How Long-Term Couples Can Put a Spark Back Into Valentine’s Day

If you’re married or have been dating someone for a while, the sweetness of Valentine’s Day may be becoming a little stale. Most of us shake our heads at the Hallmark commercial bliss reserved for new couples, but who wouldn’t like to be spoiled with fresh flowers, a thoughtful card, chocolates and a romantic dinner?!

Most long-term couples don’t experience February 14th the same way they did when they first started dating — but guess what? You can teach an old dog new tricks and re-invent your Valentine’s Day traditions, according to relationship experts.

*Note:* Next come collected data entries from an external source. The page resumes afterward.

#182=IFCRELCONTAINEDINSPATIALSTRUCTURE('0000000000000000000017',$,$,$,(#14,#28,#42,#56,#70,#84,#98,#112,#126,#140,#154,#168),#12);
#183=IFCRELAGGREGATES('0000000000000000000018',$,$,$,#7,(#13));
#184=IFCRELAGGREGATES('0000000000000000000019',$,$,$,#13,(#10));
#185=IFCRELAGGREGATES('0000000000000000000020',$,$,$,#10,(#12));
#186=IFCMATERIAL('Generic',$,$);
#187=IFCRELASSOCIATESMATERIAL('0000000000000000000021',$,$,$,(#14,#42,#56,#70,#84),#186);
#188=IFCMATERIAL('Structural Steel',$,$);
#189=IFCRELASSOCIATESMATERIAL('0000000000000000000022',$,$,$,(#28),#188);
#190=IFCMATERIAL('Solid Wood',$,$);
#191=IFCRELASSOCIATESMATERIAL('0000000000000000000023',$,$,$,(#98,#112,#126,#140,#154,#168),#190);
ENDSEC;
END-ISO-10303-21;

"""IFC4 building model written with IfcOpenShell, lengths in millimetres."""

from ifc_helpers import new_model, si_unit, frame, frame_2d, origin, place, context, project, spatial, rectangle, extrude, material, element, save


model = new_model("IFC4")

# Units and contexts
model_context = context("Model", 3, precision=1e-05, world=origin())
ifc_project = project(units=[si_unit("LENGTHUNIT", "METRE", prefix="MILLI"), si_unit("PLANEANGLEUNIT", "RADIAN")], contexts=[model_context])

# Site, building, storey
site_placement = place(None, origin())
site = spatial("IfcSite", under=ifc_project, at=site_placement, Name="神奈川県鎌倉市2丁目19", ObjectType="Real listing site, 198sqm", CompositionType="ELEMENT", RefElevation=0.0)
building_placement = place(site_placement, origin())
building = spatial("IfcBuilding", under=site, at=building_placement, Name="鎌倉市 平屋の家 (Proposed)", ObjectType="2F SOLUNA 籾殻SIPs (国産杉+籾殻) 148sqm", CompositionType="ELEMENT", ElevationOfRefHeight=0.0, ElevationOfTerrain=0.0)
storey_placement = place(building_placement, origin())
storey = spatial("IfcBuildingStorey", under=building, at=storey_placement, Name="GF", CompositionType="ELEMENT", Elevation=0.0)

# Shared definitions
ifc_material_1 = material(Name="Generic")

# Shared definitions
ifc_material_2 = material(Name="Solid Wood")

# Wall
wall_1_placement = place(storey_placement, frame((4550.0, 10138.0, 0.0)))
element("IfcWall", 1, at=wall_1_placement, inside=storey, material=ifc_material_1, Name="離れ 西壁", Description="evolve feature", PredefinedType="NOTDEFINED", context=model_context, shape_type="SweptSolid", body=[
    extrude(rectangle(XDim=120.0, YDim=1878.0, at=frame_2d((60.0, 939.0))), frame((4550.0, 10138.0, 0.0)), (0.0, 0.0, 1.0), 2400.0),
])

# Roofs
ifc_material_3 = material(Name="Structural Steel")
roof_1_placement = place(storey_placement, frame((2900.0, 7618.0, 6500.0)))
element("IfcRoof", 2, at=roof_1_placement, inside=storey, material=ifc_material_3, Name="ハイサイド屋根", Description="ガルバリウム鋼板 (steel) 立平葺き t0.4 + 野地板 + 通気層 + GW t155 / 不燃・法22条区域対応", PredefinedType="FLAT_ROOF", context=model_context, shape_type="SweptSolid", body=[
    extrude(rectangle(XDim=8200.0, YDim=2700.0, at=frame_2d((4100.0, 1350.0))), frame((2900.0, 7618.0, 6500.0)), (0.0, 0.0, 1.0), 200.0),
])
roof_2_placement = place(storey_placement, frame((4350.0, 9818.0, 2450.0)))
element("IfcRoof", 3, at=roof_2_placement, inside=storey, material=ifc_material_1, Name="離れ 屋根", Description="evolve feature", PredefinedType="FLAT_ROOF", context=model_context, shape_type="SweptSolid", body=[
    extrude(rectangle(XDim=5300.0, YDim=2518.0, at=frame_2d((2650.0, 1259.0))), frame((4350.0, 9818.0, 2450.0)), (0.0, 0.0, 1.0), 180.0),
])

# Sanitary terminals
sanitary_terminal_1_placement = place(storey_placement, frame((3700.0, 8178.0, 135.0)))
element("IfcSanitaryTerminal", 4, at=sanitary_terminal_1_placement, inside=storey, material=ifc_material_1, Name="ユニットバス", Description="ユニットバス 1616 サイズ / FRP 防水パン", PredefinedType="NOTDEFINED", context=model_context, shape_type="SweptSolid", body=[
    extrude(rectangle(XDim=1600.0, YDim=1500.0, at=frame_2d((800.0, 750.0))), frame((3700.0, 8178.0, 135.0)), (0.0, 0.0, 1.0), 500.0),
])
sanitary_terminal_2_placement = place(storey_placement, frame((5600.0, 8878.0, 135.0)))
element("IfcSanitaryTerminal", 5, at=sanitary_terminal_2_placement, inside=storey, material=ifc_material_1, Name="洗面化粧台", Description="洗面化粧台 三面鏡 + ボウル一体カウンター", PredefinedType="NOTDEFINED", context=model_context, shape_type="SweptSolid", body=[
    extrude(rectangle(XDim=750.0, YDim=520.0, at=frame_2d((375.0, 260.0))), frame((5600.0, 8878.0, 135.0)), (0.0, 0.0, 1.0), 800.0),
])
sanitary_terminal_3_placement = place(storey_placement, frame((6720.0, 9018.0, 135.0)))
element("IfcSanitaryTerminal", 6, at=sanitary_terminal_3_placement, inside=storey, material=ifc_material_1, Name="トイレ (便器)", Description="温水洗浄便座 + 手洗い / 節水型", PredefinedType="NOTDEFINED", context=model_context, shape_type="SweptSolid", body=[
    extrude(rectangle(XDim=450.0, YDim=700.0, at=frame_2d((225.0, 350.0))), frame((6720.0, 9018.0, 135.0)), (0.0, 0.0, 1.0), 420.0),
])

It’s a great opportunity to reboot or maintain the relationship, says Relationship expert and marriage/family therapist Dr. Jane Greer. “If you feel like the romance has simmered a bit, speak to your partner ahead of time to avoid the disappointment,” she says. “Open a dialogue and let your partner know your expectations in advance, and give them time to respond.”

Greer points out something that should be obvious to most rational, mature adults but sometimes isn’t: Maybe Valentine’s Day means more to your partner than it does to you or vice versa. You just need to find out! “You can literally ask them for a list of things they might like to do or receive and go from there,” Greer emphasizes.

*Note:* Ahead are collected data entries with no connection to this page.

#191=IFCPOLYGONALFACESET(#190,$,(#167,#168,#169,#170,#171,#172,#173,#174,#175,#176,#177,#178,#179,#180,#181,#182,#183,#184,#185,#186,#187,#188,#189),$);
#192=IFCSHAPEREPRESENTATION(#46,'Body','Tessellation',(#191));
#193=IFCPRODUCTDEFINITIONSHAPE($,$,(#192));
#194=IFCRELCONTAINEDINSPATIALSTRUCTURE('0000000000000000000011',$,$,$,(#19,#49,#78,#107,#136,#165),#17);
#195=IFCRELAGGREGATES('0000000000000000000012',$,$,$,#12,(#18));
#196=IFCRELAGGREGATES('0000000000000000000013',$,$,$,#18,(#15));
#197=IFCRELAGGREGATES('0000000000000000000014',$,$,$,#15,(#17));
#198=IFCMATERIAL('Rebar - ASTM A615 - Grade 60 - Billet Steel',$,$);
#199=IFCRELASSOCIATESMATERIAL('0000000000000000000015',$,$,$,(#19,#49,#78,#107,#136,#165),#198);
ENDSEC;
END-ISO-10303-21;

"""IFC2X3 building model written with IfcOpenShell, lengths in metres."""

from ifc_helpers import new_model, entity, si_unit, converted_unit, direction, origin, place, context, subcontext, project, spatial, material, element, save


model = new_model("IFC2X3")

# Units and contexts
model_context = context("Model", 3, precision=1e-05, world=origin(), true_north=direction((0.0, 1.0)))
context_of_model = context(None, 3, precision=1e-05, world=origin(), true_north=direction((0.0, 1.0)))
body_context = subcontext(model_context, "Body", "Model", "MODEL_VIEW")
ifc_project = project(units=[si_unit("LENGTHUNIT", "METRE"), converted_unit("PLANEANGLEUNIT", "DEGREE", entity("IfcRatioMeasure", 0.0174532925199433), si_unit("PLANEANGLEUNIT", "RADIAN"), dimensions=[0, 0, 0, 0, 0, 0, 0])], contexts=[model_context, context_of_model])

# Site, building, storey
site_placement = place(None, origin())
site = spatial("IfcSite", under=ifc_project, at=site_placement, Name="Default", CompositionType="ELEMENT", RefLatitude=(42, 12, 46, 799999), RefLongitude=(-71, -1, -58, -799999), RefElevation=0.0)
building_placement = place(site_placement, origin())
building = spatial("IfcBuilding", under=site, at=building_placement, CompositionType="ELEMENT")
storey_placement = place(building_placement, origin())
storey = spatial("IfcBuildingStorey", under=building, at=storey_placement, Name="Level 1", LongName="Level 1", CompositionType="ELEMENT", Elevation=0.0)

And if you’re looking to bring back a little romance into a relationship, you don’t have to rely on the tried-and-true V-day standbys. Mix it up by adding some personal and meaningful touches to your Valentine’s Day repertoire. Here are two ways:

Share a Personal Greeting: People want to hear why they are loved! Instead of giving your partner a store-bought card on Valentine’s Day, leave them a ‘That’s What I Love About You’ video message. Couples don’t express this enough and a video message is so much more memorable than a card.

Swap the Prix-Fix for Spontaneity: Everyone’s sick of overpriced and overrated 3-course Valentine’s Day menus. One of the key ways to keep passion alive in your relationship is by introducing novelty on a regular basis. Novelty releases dopamine in our brains, and makes us feel like our connection is new. See a new sight, explore another neighborhood or check out the local live music, which tends to be great and reasonably well-priced.

Whatever you do or don’t do this Valentine’s Day, make sure you and your partner don’t feel under-appreciated or unfulfilled. It may just be another day in another year but one of you may be using it as a litmus test for your romantic life — and that’s one exam you don’t want to fail.